# Phase 0 roles

The Bega Valley Data Commons does not yet have formal members, elected officers, a board, incorporated status, open enrolment or a settled governance structure.

The roles described here are provisional. They clarify how the formation space is currently being held, who may participate, what kinds of responsibility are being carried, and what must change before the Commons can become more open and formally governed.

These are not titles of status. They are descriptions of responsibility during a temporary constituting phase.

## Initiator

The initiator is the person who first registered the domain, created the initial forum, gathered the first people and began articulating the possibility of a Bega Valley Data Commons.

This role has practical importance, but it does not create ownership. The initiator may hold technical access, founding memory and early momentum, but should not be understood as the permanent authority, owner, spokesperson or controller of the project. The initiator's responsibility during Phase 0 is to make the starting conditions visible, invite scrutiny, document decisions, avoid personal capture and help move the project toward shared stewardship.

## Founding circle

The founding circle is the small group of people who have stepped into the early formation space by self-determination and invitation. It is not a committee, board or representative authority. It is a trust-holding group, its role being to hold the fragile beginning of the Commons while its purpose, rules, ethics, structure and governance pathway are being clarified.

The founding circle should act with restraint. It should not overclaim mandate, speak for the Valley, bind future members or settle questions that belong to a wider and more legitimate process. Its task is to keep the formation space alive, intelligible, careful and open to correction.

## Early participant

An early participant is someone invited into the Phase 0 space to read, test, discuss, question, use and help shape the emerging Commons. Early participants are not simply forum users — they are part of the constituting conversation. Their contributions may include reviewing founding documents, identifying risks, suggesting language, testing the forum, raising local questions and clarifying what conditions are needed before broader participation is opened.

Early participants do not automatically become future members, governors, representatives or decision-makers. Their role is significant but provisional.

## Local steward

A local steward helps care for a specific local node, such as Eden. The role is practical and relational: welcoming people, tending discussions, noticing problems, linking useful material, encouraging constructive participation and keeping the online space connected to real local conditions.

A steward is not the owner of the node, the sole moderator or a spokesperson for the whole community. Where possible, stewardship should become shared — a node that depends on one person is vulnerable to burnout, bias and personal capture.

## Technical administrator

A technical administrator looks after practical infrastructure: domain settings, forum configuration, user permissions, backups, pages, source files, security, updates and access control.
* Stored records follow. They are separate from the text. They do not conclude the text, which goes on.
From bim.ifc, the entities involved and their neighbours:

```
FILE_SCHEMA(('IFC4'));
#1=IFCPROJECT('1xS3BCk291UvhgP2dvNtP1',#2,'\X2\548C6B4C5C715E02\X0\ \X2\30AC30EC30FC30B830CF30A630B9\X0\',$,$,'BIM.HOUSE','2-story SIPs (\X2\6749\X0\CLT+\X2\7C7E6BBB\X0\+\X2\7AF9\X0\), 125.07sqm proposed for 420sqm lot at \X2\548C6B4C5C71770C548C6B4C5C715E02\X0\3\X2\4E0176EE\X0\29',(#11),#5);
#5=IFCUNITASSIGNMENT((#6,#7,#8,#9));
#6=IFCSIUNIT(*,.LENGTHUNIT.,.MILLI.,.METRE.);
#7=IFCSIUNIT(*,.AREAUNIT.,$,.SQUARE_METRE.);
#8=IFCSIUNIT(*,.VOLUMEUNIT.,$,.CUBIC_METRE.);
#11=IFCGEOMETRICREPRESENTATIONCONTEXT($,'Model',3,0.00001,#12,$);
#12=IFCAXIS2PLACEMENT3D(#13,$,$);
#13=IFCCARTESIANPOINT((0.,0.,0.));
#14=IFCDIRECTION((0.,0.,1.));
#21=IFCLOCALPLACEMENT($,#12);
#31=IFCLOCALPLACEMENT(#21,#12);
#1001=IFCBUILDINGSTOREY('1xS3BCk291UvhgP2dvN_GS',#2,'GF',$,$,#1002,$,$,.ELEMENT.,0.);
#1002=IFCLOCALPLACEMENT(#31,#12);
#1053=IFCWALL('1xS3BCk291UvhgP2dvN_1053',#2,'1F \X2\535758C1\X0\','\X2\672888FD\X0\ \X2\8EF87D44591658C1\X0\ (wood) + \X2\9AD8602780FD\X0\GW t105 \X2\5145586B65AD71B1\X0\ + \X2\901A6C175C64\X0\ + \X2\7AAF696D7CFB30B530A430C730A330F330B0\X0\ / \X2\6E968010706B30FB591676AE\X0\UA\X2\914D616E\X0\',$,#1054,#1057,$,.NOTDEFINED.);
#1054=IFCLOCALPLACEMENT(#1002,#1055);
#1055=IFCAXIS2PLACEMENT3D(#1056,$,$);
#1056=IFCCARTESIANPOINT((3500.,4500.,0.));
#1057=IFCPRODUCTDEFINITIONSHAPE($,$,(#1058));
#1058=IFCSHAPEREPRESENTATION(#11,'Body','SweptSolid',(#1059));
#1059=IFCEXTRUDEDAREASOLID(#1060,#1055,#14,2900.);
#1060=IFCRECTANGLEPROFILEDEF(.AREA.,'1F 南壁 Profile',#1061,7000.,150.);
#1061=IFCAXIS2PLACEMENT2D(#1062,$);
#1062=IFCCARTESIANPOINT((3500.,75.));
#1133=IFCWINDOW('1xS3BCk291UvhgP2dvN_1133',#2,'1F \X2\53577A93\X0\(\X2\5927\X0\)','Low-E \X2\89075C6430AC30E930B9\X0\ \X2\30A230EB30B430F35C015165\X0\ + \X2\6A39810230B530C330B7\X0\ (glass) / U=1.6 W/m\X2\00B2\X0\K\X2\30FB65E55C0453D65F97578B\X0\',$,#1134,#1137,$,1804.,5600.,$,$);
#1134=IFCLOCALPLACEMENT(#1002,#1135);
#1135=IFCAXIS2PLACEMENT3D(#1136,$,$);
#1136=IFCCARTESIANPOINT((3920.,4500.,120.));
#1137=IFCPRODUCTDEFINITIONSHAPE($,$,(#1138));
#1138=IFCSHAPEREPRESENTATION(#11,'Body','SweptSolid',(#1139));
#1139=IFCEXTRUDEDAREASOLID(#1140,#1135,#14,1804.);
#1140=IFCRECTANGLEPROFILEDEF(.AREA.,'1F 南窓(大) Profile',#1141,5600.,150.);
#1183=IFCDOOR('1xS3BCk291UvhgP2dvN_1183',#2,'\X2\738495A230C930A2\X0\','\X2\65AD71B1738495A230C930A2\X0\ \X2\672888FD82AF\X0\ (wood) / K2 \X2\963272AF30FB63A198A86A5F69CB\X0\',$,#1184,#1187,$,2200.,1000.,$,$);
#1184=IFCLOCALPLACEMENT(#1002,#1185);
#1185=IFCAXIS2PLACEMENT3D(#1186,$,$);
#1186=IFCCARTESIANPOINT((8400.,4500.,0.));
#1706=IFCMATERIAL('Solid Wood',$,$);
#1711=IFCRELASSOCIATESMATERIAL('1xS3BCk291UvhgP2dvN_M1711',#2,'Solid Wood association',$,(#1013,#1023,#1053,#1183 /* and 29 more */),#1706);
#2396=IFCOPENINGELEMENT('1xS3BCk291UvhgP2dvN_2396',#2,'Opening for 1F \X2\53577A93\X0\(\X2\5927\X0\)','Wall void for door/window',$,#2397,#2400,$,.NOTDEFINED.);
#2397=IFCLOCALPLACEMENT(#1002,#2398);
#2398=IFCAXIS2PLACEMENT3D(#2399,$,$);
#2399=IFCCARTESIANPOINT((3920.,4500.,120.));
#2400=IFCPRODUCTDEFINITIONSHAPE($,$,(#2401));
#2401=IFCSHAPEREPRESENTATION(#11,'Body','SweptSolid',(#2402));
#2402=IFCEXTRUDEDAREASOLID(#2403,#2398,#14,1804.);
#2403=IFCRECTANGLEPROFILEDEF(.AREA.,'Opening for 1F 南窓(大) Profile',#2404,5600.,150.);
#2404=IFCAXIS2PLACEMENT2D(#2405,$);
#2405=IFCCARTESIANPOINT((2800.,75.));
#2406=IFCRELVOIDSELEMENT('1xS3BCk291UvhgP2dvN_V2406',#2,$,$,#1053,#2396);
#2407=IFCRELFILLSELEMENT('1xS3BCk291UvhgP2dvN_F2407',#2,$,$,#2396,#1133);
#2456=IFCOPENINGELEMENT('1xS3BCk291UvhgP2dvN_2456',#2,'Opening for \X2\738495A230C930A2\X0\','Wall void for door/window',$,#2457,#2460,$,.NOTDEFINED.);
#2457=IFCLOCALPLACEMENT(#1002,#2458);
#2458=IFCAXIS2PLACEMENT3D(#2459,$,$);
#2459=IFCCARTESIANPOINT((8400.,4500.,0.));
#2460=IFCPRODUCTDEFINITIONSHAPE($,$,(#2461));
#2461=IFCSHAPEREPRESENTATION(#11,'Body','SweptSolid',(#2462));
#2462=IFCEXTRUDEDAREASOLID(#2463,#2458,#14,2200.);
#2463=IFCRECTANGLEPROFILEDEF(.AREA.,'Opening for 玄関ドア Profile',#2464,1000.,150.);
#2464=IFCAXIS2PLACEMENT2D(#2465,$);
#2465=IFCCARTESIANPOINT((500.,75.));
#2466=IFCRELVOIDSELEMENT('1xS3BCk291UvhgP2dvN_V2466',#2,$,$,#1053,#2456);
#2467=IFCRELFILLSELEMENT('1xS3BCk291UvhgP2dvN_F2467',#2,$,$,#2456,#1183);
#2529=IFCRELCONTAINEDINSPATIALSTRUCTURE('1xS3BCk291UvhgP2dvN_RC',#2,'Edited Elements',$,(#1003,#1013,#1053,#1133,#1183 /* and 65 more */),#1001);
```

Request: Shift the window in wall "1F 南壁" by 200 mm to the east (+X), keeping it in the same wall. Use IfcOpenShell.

```python
import ifcopenshell
import ifcopenshell.api.geometry
import ifcopenshell.util.placement
import ifcopenshell.util.unit

model = ifcopenshell.open("bim.ifc")
unit_scale = ifcopenshell.util.unit.calculate_unit_scale(model)

window = model.by_guid("1xS3BCk291UvhgP2dvN_1133")
opening = window.FillsVoids[0].RelatingOpeningElement
wall = opening.VoidsElements[0].RelatingBuildingElement

wall_matrix = ifcopenshell.util.placement.get_local_placement(wall.ObjectPlacement)
shift = wall_matrix[:3, 0] * 0.2 / unit_scale
before = ifcopenshell.util.placement.get_local_placement(window.ObjectPlacement)[:3, 3].copy()

# The window is not placed relative to its opening, so move both.
for product in (opening, window):
    matrix = ifcopenshell.util.placement.get_local_placement(product.ObjectPlacement)
    matrix[:3, 3] += shift
    ifcopenshell.api.geometry.edit_object_placement(model, product=product, matrix=matrix, is_si=False)

after = ifcopenshell.util.placement.get_local_placement(window.ObjectPlacement)[:3, 3]
print("window moved by", (after - before).round(3) + 0.0)

model.write("bim_edited.ifc")
```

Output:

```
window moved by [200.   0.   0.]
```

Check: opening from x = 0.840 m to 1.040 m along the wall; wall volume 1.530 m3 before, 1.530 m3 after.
This role may initially sit with the initiator, but it should be documented clearly and separated from political or civic authority. Technical access is not the same as legitimacy. The Commons will need clear rules for who holds technical access, how credentials are protected, how changes are logged and what happens if a technical administrator becomes unavailable.

## Moderator

A moderator helps keep the forum usable, safe and aligned with the participation and care protocol. Moderation is not personal control over disagreement. Its role is to protect the conditions for good discussion: clarity, relevance, respect, privacy, safety, cultural care and protection from harassment, spam, extraction, derailment or domination.

During Phase 0, moderation should be as light as possible but as clear as necessary. Decisions should be explainable.

## Guest reader

A guest reader can view public-facing pages, founding notes and orientation material without being an active participant. The constituting process should be visible enough for interested others to understand what is being proposed. Guest access does not imply participation, membership, decision-making rights or access to sensitive discussion.

## Allied organisation

An allied organisation may have a relationship with the Commons — as a service, institution, Land Council, funder, business chamber, research body or informal network. During Phase 0, no allied organisation should be assumed to control, endorse, govern or speak for the Commons unless this has been explicitly agreed and documented. The Commons may seek relationships with other organisations, but should avoid becoming a feeder, branch, engagement tool or campaign arm of any one of them.

## Future roles

The Commons does not yet have open membership or a formal governing body. These are possible future roles, not current ones.

Before membership is created, the project will need clearer rules about eligibility, rights, responsibilities, decision-making, removal, dispute resolution, local node authority, organisational form, cultural protocols and the relationship between local and valley-wide governance. Before a governing body is created, Phase 0 should avoid making decisions that would improperly bind it — while recording questions, options, principles and risks so that a more legitimate structure can later make informed decisions.

## Role boundaries and governing principle

Roles may overlap during Phase 0. One person may currently be initiator, technical administrator, moderator and participant. This may be unavoidable at the beginning. It should be recognised as a temporary risk, not normalised as the long-term structure. The Commons should move toward clearer separation of responsibility as soon as it has enough people and trust to do so.

All Phase 0 roles are held in trust. They are temporary, revisable and accountable to the larger question of whether a true commons can be constituted. No role in Phase 0 should be used to claim ownership, permanent authority, representative legitimacy or privileged access to the future Commons. The purpose of these roles is to help the project move from a small invited formation space toward a clearer, safer and more accountable commons.